**What to do**:
Each record is to be printed again precisely as it reads.

**Supplied entries**:

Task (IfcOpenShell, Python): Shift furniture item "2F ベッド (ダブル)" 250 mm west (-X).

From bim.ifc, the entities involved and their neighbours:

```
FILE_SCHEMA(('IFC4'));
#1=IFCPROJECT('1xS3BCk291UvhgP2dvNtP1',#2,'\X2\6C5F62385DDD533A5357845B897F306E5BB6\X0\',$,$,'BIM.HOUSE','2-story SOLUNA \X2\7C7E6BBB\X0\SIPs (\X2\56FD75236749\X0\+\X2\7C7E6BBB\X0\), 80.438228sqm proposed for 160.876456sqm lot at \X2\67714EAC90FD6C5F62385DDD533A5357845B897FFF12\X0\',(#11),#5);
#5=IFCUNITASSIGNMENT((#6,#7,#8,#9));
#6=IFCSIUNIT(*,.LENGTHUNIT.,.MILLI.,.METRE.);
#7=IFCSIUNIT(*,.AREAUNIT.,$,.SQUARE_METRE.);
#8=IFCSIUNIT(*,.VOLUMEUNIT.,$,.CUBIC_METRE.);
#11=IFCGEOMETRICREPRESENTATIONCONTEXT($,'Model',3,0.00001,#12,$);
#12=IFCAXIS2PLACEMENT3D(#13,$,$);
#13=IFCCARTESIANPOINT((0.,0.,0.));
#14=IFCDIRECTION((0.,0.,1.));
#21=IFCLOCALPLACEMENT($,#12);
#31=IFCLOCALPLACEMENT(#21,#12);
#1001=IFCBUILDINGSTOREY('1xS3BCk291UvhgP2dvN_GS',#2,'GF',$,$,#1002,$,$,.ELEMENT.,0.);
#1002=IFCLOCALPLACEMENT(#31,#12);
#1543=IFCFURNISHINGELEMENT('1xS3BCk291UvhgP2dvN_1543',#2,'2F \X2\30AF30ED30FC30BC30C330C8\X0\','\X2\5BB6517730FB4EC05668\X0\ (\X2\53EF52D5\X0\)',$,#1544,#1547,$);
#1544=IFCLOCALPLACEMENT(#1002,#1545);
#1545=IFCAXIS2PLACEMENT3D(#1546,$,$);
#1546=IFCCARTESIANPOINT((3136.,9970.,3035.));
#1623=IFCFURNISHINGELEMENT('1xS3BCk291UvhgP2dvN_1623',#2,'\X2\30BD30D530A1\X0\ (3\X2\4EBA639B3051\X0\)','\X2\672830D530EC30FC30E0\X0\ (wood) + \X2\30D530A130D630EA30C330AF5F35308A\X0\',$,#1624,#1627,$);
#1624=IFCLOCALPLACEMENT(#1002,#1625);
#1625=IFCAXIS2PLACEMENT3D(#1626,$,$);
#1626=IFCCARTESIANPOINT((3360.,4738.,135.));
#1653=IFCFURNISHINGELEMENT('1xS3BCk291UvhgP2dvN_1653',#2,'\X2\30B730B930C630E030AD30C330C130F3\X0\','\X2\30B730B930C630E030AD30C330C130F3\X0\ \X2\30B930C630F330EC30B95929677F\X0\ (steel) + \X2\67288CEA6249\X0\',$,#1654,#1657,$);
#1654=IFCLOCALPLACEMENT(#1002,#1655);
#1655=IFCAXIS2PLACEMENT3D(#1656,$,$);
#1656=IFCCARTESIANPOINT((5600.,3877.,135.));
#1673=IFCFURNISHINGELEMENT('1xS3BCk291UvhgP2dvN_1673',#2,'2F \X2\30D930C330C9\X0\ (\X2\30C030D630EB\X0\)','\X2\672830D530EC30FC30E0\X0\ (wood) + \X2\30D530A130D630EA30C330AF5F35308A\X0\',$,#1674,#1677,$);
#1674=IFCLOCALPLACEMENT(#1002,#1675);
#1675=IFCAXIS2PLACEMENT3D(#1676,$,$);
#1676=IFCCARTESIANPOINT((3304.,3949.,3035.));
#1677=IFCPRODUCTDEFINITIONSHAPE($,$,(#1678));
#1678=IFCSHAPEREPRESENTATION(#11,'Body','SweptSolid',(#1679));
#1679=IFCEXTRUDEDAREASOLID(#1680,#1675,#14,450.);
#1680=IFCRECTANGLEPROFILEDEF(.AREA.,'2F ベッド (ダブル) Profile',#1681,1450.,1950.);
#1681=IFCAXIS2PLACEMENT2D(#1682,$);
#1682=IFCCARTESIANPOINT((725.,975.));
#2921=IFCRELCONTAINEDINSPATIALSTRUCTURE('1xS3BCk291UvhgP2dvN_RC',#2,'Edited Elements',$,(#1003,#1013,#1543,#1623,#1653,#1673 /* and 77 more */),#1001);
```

```python
import ifcopenshell
import ifcopenshell.api.geometry
import ifcopenshell.util.placement
import ifcopenshell.util.unit

model = ifcopenshell.open("bim.ifc")
unit_scale = ifcopenshell.util.unit.calculate_unit_scale(model)

item = model.by_guid("1xS3BCk291UvhgP2dvN_1673")
matrix = ifcopenshell.util.placement.get_local_placement(item.ObjectPlacement)
matrix[0, 3] -= 0.25 / unit_scale
ifcopenshell.api.geometry.edit_object_placement(model, product=item, matrix=matrix, is_si=False)

print(ifcopenshell.util.placement.get_local_placement(item.ObjectPlacement).round(3) + 0.0)

model.write("bim_v2.ifc")
```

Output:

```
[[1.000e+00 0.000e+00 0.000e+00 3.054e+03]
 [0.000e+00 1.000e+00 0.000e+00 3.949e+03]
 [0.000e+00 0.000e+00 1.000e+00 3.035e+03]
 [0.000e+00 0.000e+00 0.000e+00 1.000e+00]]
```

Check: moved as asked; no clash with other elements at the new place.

**Answer to the problem**:
Task (IfcOpenShell, Python): Shift furniture item "2F ベッド (ダブル)" 250 mm west (-X).

From bim.ifc, the entities involved and their neighbours:

```
FILE_SCHEMA(('IFC4'));
#1=IFCPROJECT('1xS3BCk291UvhgP2dvNtP1',#2,'\X2\6C5F62385DDD533A5357845B897F306E5BB6\X0\',$,$,'BIM.HOUSE','2-story SOLUNA \X2\7C7E6BBB\X0\SIPs (\X2\56FD75236749\X0\+\X2\7C7E6BBB\X0\), 80.438228sqm proposed for 160.876456sqm lot at \X2\67714EAC90FD6C5F62385DDD533A5357845B897FFF12\X0\',(#11),#5);
#5=IFCUNITASSIGNMENT((#6,#7,#8,#9));
#6=IFCSIUNIT(*,.LENGTHUNIT.,.MILLI.,.METRE.);
#7=IFCSIUNIT(*,.AREAUNIT.,$,.SQUARE_METRE.);
#8=IFCSIUNIT(*,.VOLUMEUNIT.,$,.CUBIC_METRE.);
#11=IFCGEOMETRICREPRESENTATIONCONTEXT($,'Model',3,0.00001,#12,$);
#12=IFCAXIS2PLACEMENT3D(#13,$,$);
#13=IFCCARTESIANPOINT((0.,0.,0.));
#14=IFCDIRECTION((0.,0.,1.));
#21=IFCLOCALPLACEMENT($,#12);
#31=IFCLOCALPLACEMENT(#21,#12);
#1001=IFCBUILDINGSTOREY('1xS3BCk291UvhgP2dvN_GS',#2,'GF',$,$,#1002,$,$,.ELEMENT.,0.);
#1002=IFCLOCALPLACEMENT(#31,#12);
#1543=IFCFURNISHINGELEMENT('1xS3BCk291UvhgP2dvN_1543',#2,'2F \X2\30AF30ED30FC30BC30C330C8\X0\','\X2\5BB6517730FB4EC05668\X0\ (\X2\53EF52D5\X0\)',$,#1544,#1547,$);
#1544=IFCLOCALPLACEMENT(#1002,#1545);
#1545=IFCAXIS2PLACEMENT3D(#1546,$,$);
#1546=IFCCARTESIANPOINT((3136.,9970.,3035.));
#1623=IFCFURNISHINGELEMENT('1xS3BCk291UvhgP2dvN_1623',#2,'\X2\30BD30D530A1\X0\ (3\X2\4EBA639B3051\X0\)','\X2\672830D530EC30FC30E0\X0\ (wood) + \X2\30D530A130D630EA30C330AF5F35308A\X0\',$,#1624,#1627,$);
#1624=IFCLOCALPLACEMENT(#1002,#1625);
#1625=IFCAXIS2PLACEMENT3D(#1626,$,$);
#1626=IFCCARTESIANPOINT((3360.,4738.,135.));
#1653=IFCFURNISHINGELEMENT('1xS3BCk291UvhgP2dvN_1653',#2,'\X2\30B730B930C630E030AD30C330C130F3\X0\','\X2\30B730B930C630E030AD30C330C130F3\X0\ \X2\30B930C630F330EC30B95929677F\X0\ (steel) + \X2\67288CEA6249\X0\',$,#1654,#1657,$);
#1654=IFCLOCALPLACEMENT(#1002,#1655);
#1655=IFCAXIS2PLACEMENT3D(#1656,$,$);
#1656=IFCCARTESIANPOINT((5600.,3877.,135.));
#1673=IFCFURNISHINGELEMENT('1xS3BCk291UvhgP2dvN_1673',#2,'2F \X2\30D930C330C9\X0\ (\X2\30C030D630EB\X0\)','\X2\672830D530EC30FC30E0\X0\ (wood) + \X2\30D530A130D630EA30C330AF5F35308A\X0\',$,#1674,#1677,$);
#1674=IFCLOCALPLACEMENT(#1002,#1675);
#1675=IFCAXIS2PLACEMENT3D(#1676,$,$);
#1676=IFCCARTESIANPOINT((3304.,3949.,3035.));
#1677=IFCPRODUCTDEFINITIONSHAPE($,$,(#1678));
#1678=IFCSHAPEREPRESENTATION(#11,'Body','SweptSolid',(#1679));
#1679=IFCEXTRUDEDAREASOLID(#1680,#1675,#14,450.);
#1680=IFCRECTANGLEPROFILEDEF(.AREA.,'2F ベッド (ダブル) Profile',#1681,1450.,1950.);
#1681=IFCAXIS2PLACEMENT2D(#1682,$);
#1682=IFCCARTESIANPOINT((725.,975.));
#2921=IFCRELCONTAINEDINSPATIALSTRUCTURE('1xS3BCk291UvhgP2dvN_RC',#2,'Edited Elements',$,(#1003,#1013,#1543,#1623,#1653,#1673 /* and 77 more */),#1001);
```

```python
import ifcopenshell
import ifcopenshell.api.geometry
import ifcopenshell.util.placement
import ifcopenshell.util.unit

model = ifcopenshell.open("bim.ifc")
unit_scale = ifcopenshell.util.unit.calculate_unit_scale(model)

item = model.by_guid("1xS3BCk291UvhgP2dvN_1673")
matrix = ifcopenshell.util.placement.get_local_placement(item.ObjectPlacement)
matrix[0, 3] -= 0.25 / unit_scale
ifcopenshell.api.geometry.edit_object_placement(model, product=item, matrix=matrix, is_si=False)

print(ifcopenshell.util.placement.get_local_placement(item.ObjectPlacement).round(3) + 0.0)

model.write("bim_v2.ifc")
```

Output:

```
[[1.000e+00 0.000e+00 0.000e+00 3.054e+03]
 [0.000e+00 1.000e+00 0.000e+00 3.949e+03]
 [0.000e+00 0.000e+00 1.000e+00 3.035e+03]
 [0.000e+00 0.000e+00 0.000e+00 1.000e+00]]
```

Check: moved as asked; no clash with other elements at the new place.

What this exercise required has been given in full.